## Work task
From the first line of the data through the line containing "#72=IFCINDEXEDPOLYGONALFACE((1,3,7,5));", return each line exactly.

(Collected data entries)

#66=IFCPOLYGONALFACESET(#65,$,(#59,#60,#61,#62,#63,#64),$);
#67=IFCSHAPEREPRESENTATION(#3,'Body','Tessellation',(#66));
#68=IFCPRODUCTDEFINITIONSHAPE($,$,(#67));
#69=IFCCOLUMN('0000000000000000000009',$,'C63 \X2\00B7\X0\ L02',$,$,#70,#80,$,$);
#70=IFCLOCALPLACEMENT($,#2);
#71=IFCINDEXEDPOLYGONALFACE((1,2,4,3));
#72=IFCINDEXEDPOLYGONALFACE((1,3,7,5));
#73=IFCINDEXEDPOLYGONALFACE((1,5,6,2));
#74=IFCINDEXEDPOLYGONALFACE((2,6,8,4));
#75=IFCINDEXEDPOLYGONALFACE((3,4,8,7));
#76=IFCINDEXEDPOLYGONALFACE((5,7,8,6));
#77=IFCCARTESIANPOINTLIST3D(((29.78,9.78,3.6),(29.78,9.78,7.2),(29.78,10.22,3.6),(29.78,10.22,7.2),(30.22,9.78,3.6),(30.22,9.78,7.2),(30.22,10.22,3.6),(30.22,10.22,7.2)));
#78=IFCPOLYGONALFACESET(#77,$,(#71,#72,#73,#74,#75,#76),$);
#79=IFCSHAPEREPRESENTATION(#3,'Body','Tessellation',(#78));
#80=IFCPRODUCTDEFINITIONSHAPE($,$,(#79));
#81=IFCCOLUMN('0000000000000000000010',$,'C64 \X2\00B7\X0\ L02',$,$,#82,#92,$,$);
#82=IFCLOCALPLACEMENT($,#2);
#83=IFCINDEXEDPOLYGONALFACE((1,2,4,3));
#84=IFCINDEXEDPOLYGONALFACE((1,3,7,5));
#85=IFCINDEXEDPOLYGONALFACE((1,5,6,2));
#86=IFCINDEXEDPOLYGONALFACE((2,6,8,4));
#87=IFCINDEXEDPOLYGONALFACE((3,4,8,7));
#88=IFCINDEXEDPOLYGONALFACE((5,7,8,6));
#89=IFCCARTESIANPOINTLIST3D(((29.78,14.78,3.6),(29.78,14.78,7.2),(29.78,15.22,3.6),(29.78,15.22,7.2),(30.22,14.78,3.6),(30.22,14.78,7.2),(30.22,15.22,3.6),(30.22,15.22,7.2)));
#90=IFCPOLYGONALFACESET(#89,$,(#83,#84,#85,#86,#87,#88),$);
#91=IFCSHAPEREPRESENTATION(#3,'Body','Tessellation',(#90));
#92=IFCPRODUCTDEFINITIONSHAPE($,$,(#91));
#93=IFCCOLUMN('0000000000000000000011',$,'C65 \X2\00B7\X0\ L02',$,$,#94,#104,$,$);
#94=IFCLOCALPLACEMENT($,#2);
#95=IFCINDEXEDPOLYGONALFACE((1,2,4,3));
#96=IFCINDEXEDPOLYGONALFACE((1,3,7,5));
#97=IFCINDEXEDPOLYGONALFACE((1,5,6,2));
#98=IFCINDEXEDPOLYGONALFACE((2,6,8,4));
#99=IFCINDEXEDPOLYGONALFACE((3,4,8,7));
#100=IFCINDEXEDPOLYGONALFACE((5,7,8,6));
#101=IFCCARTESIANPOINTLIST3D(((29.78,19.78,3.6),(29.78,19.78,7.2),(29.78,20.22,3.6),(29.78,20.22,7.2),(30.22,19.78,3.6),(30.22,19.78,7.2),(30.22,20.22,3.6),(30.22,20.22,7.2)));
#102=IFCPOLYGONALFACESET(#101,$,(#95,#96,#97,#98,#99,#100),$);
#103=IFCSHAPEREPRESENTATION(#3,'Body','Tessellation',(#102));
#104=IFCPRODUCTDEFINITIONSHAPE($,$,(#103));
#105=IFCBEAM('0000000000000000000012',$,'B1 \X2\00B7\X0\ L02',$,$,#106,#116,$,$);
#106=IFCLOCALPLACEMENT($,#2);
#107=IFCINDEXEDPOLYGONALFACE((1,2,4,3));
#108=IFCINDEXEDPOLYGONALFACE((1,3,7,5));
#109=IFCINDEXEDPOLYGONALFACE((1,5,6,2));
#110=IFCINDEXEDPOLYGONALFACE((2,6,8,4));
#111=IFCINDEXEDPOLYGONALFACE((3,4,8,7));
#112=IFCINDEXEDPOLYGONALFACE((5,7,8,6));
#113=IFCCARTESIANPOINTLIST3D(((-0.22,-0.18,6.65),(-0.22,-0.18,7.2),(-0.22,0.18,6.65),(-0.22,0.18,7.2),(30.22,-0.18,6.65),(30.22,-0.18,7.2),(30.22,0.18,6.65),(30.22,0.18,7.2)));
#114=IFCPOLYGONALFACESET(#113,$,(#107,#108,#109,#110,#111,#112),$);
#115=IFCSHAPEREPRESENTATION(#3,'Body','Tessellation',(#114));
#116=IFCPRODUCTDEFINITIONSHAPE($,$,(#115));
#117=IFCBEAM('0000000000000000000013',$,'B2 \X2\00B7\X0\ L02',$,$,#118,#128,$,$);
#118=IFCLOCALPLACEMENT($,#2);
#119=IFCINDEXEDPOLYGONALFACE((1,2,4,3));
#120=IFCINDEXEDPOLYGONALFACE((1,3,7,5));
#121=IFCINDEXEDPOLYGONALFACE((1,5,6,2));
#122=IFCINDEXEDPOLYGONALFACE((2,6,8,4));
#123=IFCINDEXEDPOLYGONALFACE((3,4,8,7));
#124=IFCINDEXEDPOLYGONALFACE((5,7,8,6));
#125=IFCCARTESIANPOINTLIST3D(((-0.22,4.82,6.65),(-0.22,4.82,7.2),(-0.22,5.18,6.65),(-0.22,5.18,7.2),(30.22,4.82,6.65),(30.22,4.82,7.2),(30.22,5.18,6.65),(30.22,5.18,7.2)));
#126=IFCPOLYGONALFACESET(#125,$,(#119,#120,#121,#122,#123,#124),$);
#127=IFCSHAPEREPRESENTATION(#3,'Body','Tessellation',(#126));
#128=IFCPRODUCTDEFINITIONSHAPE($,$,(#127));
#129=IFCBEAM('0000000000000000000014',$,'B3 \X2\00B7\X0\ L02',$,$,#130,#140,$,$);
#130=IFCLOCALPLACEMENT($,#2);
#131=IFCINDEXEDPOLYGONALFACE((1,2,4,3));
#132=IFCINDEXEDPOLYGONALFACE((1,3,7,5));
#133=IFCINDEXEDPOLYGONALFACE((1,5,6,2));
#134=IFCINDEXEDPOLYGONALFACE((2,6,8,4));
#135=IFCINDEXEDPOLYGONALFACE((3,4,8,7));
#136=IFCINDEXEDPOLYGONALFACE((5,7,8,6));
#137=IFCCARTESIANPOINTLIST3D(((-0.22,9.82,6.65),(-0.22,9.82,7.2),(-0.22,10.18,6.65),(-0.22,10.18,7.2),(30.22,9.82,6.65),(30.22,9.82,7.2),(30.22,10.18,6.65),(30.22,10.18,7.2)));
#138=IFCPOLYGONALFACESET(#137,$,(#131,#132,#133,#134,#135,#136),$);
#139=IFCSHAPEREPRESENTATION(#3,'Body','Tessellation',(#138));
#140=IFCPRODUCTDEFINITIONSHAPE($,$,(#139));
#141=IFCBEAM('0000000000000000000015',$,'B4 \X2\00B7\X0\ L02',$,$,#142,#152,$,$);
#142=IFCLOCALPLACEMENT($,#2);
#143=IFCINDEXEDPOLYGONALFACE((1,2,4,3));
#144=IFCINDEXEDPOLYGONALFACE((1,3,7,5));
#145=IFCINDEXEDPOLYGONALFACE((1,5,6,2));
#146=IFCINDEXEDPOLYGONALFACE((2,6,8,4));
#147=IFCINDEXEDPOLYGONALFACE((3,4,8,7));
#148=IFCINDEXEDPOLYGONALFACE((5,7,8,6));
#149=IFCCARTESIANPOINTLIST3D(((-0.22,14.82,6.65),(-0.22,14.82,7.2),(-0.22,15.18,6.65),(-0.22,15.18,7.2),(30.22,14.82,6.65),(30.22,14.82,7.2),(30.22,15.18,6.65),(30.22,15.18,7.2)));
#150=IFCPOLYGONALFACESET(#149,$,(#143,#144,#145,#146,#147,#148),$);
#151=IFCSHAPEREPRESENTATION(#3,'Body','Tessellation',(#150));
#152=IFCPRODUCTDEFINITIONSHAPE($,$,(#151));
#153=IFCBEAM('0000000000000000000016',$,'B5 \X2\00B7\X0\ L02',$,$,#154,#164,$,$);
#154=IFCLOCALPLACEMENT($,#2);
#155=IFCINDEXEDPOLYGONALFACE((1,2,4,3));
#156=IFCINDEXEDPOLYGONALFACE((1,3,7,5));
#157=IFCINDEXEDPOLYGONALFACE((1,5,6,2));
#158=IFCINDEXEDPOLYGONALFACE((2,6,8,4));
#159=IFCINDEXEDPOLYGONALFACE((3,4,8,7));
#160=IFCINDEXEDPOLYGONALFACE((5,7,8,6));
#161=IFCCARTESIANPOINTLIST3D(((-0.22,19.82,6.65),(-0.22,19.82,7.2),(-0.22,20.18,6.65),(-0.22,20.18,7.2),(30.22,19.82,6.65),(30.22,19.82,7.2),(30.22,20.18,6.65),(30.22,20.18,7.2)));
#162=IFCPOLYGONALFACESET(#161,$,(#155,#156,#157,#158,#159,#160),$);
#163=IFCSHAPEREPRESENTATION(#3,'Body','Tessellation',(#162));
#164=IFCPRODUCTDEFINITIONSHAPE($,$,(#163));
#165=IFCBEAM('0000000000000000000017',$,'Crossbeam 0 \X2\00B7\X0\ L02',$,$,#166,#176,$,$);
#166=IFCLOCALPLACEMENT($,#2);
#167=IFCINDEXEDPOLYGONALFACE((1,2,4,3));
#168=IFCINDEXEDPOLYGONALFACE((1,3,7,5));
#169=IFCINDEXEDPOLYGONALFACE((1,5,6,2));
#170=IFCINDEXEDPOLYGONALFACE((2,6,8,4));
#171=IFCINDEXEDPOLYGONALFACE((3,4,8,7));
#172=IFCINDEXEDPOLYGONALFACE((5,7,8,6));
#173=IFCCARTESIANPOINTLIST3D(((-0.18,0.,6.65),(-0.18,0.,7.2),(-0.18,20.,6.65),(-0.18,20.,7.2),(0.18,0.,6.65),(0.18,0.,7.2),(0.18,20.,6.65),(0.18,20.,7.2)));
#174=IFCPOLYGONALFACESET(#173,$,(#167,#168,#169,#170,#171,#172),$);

## Response to this exercise
#66=IFCPOLYGONALFACESET(#65,$,(#59,#60,#61,#62,#63,#64),$);
#67=IFCSHAPEREPRESENTATION(#3,'Body','Tessellation',(#66));
#68=IFCPRODUCTDEFINITIONSHAPE($,$,(#67));
#69=IFCCOLUMN('0000000000000000000009',$,'C63 \X2\00B7\X0\ L02',$,$,#70,#80,$,$);
#70=IFCLOCALPLACEMENT($,#2);
#71=IFCINDEXEDPOLYGONALFACE((1,2,4,3));
#72=IFCINDEXEDPOLYGONALFACE((1,3,7,5));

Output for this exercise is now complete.